Except at the end of the day your objectives are going to build down to a different set of metrics. They also aren't going to necessarily affect minmaxing in the way you want. Maybe slow and steady buds were never very good. Now you have to contend with the fact that even in thumper missions, the ability to quickly do damage and escape is outperforming someone trying to base their build around essentially being a turret. Where do you go from there? Rebalance all the enemies? Come up with an even MORE static and tank-focused objective solely so that faster builds suck at something? No matter what your metrics are, there will eventually be a best and worst build, just as there are always best and worst weapons in games without builds. The trick is that by adding a giant tweaking system you make build viability a far more complicated/convoluted affair, and that alone can and will sour people's perspective of the game. If the game is all about burst damage and high armor because the enemies hit too fast, frequently and hard to do anything else, then your lightly armored build is just going to give you intimate knowledge of the game's respawn process in every objective you can come up with that passes through enemy-owned territory. These things are on the extreme end of the scale, but that's where things go when you try to scale things or just make more challenging enemies. As you increase the difficulty of an encounter, the need for minmaxing increases as well
This may as well be directed
@Ronyn as well, now that I think about it.
If I am understanding you correctly, it sounds like you are essentially against seeing a so-called "classless" system in Ember due to your concerns that there will be too many possible combinations to balance to a good degree. You are welcome to that point of view. I won't seek to change your mind here. Playing games where you experience systems that work or don't work is a far more convincing argument than any words on a forum. Instead I will offer some thoughts to clear up a few common misconceptions on what makes the two systems different, and what makes them similar.
Role balance, in any system, will largely be based on the interactions between what the player can do and what the objective requires. The various factors (speed,resilience, damage output, crowd control) are more or less important based on those objectives. The greater variety of objective types the greater the variety of relevant class types or build directions. It's cause and effect. Whether using a class based system or a classless one, role variety is heavily dependent on objective variety.

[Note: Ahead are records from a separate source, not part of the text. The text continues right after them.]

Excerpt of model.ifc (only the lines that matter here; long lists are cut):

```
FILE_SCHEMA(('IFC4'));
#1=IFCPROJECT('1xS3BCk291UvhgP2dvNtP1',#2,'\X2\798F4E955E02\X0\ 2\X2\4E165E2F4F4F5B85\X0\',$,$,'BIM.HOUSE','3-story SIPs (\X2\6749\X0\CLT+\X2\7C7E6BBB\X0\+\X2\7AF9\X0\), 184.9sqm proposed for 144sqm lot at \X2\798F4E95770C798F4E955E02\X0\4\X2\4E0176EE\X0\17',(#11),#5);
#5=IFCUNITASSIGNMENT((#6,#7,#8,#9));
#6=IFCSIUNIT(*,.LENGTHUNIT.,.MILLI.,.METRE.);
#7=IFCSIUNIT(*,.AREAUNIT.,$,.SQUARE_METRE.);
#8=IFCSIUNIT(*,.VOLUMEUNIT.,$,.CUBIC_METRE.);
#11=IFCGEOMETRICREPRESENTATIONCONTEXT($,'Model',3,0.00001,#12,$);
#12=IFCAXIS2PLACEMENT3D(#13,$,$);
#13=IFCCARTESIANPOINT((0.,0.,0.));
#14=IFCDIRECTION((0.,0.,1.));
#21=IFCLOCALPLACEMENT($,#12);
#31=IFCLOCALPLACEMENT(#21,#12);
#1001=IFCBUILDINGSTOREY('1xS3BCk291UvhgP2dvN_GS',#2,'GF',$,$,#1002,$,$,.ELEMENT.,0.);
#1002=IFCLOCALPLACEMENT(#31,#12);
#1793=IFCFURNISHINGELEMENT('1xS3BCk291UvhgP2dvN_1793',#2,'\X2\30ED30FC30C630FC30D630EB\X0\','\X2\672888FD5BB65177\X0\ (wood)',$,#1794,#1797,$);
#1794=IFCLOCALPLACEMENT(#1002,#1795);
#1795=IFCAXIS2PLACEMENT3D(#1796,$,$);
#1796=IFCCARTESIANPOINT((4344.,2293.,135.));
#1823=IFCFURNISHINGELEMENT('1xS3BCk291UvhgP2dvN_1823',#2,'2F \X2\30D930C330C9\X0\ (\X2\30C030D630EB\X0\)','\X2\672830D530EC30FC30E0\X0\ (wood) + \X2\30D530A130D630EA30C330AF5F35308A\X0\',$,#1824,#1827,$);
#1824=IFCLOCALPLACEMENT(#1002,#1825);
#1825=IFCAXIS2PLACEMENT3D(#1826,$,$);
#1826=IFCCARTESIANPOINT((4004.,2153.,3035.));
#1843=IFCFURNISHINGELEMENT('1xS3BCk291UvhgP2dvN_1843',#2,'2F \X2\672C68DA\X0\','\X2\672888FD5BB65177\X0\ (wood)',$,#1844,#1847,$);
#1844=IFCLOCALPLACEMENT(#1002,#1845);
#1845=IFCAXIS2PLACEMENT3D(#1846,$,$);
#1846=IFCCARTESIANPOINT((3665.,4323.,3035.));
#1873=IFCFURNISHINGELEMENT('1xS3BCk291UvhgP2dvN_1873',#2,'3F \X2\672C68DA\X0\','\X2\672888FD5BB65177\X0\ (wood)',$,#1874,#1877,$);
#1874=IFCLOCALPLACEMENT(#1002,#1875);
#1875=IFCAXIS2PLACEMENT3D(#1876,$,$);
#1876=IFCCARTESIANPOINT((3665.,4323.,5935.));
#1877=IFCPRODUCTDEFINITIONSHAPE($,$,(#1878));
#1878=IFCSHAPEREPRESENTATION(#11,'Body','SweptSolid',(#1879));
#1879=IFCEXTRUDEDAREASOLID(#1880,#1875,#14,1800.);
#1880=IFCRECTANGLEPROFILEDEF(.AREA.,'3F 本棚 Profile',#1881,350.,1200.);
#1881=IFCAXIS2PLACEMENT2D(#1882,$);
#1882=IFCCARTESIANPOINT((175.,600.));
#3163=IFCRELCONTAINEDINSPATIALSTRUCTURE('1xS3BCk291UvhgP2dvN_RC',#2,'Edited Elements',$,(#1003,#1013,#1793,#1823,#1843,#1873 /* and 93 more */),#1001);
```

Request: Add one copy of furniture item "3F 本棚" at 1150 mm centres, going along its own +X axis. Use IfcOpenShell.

```python
import ifcopenshell
import ifcopenshell.api.geometry
import ifcopenshell.api.root
import ifcopenshell.util.element
import ifcopenshell.util.placement
import ifcopenshell.util.unit

model = ifcopenshell.open("model.ifc")
unit_scale = ifcopenshell.util.unit.calculate_unit_scale(model)


def reuse_history(source, copy):
    """copy_class also copies each property set's owner history, people and application; keep the originals."""
    for rel in copy.IsDefinedBy:
        if rel.is_a("IfcRelDefinesByProperties") and (history := rel.RelatingPropertyDefinition.OwnerHistory):
            rel.RelatingPropertyDefinition.OwnerHistory = source.OwnerHistory
            ifcopenshell.util.element.remove_deep2(model, history)


source = model.by_guid("1xS3BCk291UvhgP2dvN_1873")
base = ifcopenshell.util.placement.get_local_placement(source.ObjectPlacement)
step = base[:3, 0] * 1.15 / unit_scale

for i in range(1, 2):
    copy = ifcopenshell.api.root.copy_class(model, product=source)
    copy.Representation = ifcopenshell.util.element.copy_deep(
        model, source.Representation, exclude=["IfcGeometricRepresentationContext", "IfcRepresentationMap"]
    )
    reuse_history(source, copy)
    matrix = base.copy()
    matrix[:3, 3] += i * step
    print("added at", matrix[:3, 3].round(3) + 0.0)
    ifcopenshell.api.geometry.edit_object_placement(model, product=copy, matrix=matrix, is_si=False)

model.write("model_rev.ifc")
```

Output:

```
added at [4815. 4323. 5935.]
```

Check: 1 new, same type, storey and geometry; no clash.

As I expressed before, balance is an ongoing pursuit in any system. Any and everything in the game is in sight to be tweaked for the pursuit of balance. From weaponry, to enemy types, to terrain, to the objectives themselves. All of it. That is the nature of the beast.
In fact, the "giant tweaking system" is practically always there. The real question is how many of those dials the player has access to and how many of those dials the developers keep in house. Some players seek out systems where they have the option to personally fine tune things, some players seek out systems where they never have to or even have the option to.
As usual, what appeals to one person will push away another. No system will please every player nor should it be expected to.
It's true that, in a classless system, no matter what the metrics there will eventually be a builds that tend to prove better or worse for a majority of encounters. However it is not to say there would inherently be a smaller number of top tier builds in a classless system, then there would be the number of top tier classes in a class based system. In truth there are different schools of thought on what is easier to balance (some devs say free form builds make it easier to see which individual weapon or ability is off the curve), and different reasoning why some developers choose one or the other (some devs choose class based system primarily for readability in combat, not because of any balance concerns). That isn't the kind of thing where there is a true consensus among the professionals who make these games. So, of course, I would not expect to find a consensus among those who play them.
At the end of the day the real opinion comes after you get something in your hands. Hopefully we get the chance to follow the path we are on to truly make Ember....and you like it.